SUPPLIED MATERIAL:

• • •

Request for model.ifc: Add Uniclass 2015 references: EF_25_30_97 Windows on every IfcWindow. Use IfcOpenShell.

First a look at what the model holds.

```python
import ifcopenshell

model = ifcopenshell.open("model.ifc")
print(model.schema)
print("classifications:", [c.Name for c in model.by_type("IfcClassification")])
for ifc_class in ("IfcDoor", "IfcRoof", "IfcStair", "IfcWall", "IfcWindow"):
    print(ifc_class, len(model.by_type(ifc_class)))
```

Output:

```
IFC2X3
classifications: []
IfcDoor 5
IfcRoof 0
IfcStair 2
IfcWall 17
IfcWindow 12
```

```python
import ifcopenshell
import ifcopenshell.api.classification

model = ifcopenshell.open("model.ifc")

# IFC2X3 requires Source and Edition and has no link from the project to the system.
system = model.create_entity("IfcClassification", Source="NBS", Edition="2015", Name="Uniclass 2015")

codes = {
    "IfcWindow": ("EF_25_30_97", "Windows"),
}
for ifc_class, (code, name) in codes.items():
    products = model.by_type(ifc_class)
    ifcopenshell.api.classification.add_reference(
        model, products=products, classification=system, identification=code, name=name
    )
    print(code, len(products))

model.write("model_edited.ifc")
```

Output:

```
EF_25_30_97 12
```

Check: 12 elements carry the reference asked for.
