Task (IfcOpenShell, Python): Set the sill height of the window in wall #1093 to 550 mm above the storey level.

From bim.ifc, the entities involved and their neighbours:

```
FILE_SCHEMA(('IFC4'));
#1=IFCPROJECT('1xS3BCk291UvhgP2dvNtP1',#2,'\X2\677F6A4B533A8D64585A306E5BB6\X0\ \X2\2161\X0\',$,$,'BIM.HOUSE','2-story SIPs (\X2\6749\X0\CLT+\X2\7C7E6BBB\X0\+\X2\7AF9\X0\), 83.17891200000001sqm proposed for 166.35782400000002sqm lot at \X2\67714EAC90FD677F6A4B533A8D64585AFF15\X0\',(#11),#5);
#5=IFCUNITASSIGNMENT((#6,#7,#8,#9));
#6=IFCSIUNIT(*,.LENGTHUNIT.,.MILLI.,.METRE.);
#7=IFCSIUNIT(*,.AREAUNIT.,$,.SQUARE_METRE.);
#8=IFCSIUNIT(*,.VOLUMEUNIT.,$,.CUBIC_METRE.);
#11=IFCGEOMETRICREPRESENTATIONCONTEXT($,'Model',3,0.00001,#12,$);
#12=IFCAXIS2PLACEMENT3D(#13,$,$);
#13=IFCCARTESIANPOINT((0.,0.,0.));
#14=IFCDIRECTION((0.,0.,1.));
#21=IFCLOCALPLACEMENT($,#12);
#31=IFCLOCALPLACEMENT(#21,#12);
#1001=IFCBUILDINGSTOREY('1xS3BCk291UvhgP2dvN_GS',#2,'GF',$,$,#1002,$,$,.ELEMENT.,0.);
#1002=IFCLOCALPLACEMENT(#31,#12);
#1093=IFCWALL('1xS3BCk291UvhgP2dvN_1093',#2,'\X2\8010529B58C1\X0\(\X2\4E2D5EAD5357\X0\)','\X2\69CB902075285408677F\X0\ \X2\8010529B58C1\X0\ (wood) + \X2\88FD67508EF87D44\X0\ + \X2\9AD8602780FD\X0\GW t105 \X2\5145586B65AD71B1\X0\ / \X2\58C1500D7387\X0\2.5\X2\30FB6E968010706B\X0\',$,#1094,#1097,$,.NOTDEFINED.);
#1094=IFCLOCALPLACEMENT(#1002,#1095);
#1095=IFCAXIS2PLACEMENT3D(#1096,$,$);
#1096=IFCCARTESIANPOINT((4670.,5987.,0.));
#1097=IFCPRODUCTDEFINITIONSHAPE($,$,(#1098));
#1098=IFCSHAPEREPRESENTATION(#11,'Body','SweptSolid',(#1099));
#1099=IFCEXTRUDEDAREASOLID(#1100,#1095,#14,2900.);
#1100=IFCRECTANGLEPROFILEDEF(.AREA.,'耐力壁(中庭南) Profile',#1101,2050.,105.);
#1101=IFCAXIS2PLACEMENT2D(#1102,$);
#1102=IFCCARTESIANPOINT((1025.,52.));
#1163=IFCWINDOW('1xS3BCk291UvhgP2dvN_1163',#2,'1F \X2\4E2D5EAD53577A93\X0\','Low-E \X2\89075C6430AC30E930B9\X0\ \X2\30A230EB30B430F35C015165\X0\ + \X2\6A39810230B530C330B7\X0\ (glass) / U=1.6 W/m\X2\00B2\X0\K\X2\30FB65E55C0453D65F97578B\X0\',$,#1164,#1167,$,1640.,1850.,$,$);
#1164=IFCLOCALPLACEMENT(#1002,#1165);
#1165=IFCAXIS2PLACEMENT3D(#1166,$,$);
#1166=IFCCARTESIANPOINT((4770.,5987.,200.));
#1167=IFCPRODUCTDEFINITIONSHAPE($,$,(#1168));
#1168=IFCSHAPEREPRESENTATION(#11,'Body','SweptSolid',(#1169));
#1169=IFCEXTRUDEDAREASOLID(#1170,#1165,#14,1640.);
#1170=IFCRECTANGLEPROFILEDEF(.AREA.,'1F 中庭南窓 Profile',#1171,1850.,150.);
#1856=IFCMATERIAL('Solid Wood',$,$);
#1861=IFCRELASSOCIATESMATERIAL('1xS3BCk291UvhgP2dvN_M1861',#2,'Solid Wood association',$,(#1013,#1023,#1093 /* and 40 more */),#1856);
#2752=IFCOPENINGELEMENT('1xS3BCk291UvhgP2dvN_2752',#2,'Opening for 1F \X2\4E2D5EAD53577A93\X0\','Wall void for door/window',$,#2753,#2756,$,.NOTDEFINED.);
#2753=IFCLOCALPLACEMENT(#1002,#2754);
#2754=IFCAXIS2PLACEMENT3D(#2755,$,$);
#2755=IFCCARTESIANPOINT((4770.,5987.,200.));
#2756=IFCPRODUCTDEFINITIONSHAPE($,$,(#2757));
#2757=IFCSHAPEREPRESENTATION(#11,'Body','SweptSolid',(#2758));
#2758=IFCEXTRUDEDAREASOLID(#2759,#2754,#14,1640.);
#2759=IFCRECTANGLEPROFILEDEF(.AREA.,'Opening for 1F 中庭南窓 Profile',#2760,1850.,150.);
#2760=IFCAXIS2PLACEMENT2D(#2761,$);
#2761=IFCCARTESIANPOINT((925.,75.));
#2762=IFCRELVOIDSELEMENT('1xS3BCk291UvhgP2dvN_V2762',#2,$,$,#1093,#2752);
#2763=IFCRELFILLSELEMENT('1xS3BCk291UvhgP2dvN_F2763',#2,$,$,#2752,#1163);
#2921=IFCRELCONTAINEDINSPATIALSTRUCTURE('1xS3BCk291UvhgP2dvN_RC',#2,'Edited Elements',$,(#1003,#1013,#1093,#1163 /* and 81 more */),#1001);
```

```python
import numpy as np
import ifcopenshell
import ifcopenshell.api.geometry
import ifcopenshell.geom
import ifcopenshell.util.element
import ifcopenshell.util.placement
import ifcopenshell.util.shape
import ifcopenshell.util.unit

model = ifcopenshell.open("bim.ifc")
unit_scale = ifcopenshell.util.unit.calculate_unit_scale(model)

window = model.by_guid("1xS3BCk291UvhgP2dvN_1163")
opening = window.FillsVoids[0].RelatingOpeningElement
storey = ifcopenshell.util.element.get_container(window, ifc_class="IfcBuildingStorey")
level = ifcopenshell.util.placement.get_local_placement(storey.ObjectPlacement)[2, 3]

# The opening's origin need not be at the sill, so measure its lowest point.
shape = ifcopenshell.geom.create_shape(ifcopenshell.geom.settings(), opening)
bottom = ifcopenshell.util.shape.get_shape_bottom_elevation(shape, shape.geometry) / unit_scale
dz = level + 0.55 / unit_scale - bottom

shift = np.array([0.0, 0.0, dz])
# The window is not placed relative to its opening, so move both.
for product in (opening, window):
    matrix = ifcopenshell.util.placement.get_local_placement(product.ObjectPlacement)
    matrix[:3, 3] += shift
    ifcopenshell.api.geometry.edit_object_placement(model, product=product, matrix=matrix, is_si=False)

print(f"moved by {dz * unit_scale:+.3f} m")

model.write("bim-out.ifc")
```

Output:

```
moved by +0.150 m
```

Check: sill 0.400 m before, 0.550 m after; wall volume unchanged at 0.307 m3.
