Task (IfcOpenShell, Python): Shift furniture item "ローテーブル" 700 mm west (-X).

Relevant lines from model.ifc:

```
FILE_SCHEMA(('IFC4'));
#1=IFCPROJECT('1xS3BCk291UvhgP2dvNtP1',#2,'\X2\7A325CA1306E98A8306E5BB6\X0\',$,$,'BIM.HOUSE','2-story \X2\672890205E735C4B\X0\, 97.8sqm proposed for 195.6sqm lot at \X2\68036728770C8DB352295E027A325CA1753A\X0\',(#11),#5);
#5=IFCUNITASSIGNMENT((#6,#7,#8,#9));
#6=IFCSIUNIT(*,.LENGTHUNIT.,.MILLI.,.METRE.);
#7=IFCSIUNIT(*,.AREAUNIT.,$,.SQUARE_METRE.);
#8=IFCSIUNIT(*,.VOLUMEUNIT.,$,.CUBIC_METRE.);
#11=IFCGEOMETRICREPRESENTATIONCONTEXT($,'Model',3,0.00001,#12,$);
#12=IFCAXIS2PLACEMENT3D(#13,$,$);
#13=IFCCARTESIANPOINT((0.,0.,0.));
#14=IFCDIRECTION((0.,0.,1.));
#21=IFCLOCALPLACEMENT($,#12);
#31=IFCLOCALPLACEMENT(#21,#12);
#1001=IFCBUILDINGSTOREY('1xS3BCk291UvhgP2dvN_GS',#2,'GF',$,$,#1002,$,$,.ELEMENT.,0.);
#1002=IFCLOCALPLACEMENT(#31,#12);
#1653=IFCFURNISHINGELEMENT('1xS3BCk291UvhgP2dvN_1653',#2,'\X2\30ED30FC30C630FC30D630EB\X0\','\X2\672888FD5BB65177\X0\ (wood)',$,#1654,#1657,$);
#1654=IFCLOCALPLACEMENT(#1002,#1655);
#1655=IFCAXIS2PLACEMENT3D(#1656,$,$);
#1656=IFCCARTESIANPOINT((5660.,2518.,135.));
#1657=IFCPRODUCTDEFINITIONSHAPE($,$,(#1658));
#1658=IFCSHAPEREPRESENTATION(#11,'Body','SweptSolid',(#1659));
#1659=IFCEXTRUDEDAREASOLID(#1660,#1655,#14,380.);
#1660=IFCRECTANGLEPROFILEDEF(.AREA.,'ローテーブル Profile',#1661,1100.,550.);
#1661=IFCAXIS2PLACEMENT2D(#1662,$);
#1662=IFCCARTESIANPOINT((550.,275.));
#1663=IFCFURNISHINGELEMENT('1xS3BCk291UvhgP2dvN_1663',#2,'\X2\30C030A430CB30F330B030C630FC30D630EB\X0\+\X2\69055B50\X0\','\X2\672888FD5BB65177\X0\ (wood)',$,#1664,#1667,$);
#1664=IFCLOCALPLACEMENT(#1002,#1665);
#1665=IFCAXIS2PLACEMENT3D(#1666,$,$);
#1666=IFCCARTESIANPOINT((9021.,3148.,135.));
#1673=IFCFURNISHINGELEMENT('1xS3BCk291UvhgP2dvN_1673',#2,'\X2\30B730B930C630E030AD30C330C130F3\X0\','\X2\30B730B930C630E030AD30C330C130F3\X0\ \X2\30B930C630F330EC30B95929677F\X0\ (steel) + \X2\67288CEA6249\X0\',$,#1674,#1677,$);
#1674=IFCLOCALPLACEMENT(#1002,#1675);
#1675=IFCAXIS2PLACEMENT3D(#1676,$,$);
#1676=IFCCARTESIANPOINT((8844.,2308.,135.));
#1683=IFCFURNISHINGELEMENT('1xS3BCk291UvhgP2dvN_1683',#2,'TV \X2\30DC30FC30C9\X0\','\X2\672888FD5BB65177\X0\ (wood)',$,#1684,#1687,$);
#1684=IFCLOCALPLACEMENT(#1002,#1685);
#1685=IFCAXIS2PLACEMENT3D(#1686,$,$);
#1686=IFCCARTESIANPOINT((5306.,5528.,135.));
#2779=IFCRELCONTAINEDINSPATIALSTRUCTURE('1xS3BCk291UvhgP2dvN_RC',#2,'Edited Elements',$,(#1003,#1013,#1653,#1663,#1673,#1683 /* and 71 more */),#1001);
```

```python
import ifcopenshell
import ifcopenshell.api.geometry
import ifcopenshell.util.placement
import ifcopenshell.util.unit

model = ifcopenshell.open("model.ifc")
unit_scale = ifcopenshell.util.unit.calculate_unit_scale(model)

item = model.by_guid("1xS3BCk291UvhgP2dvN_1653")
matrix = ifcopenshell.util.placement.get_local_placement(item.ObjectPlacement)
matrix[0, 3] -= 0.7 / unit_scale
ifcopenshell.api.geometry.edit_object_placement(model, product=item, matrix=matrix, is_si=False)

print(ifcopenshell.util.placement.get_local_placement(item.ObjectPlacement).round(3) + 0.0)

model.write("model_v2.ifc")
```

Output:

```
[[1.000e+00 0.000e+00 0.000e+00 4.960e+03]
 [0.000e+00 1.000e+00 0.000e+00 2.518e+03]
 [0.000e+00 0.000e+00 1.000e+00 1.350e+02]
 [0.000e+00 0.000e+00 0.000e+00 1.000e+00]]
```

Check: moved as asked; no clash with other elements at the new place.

• • •

WHAT YOU ARE ASKED TO DO: Across the listing above, in how many lines does the string "IFCPRODUCTDEFINITIONSHAPE" occur? Give the number only.

ANSWER BOX: 4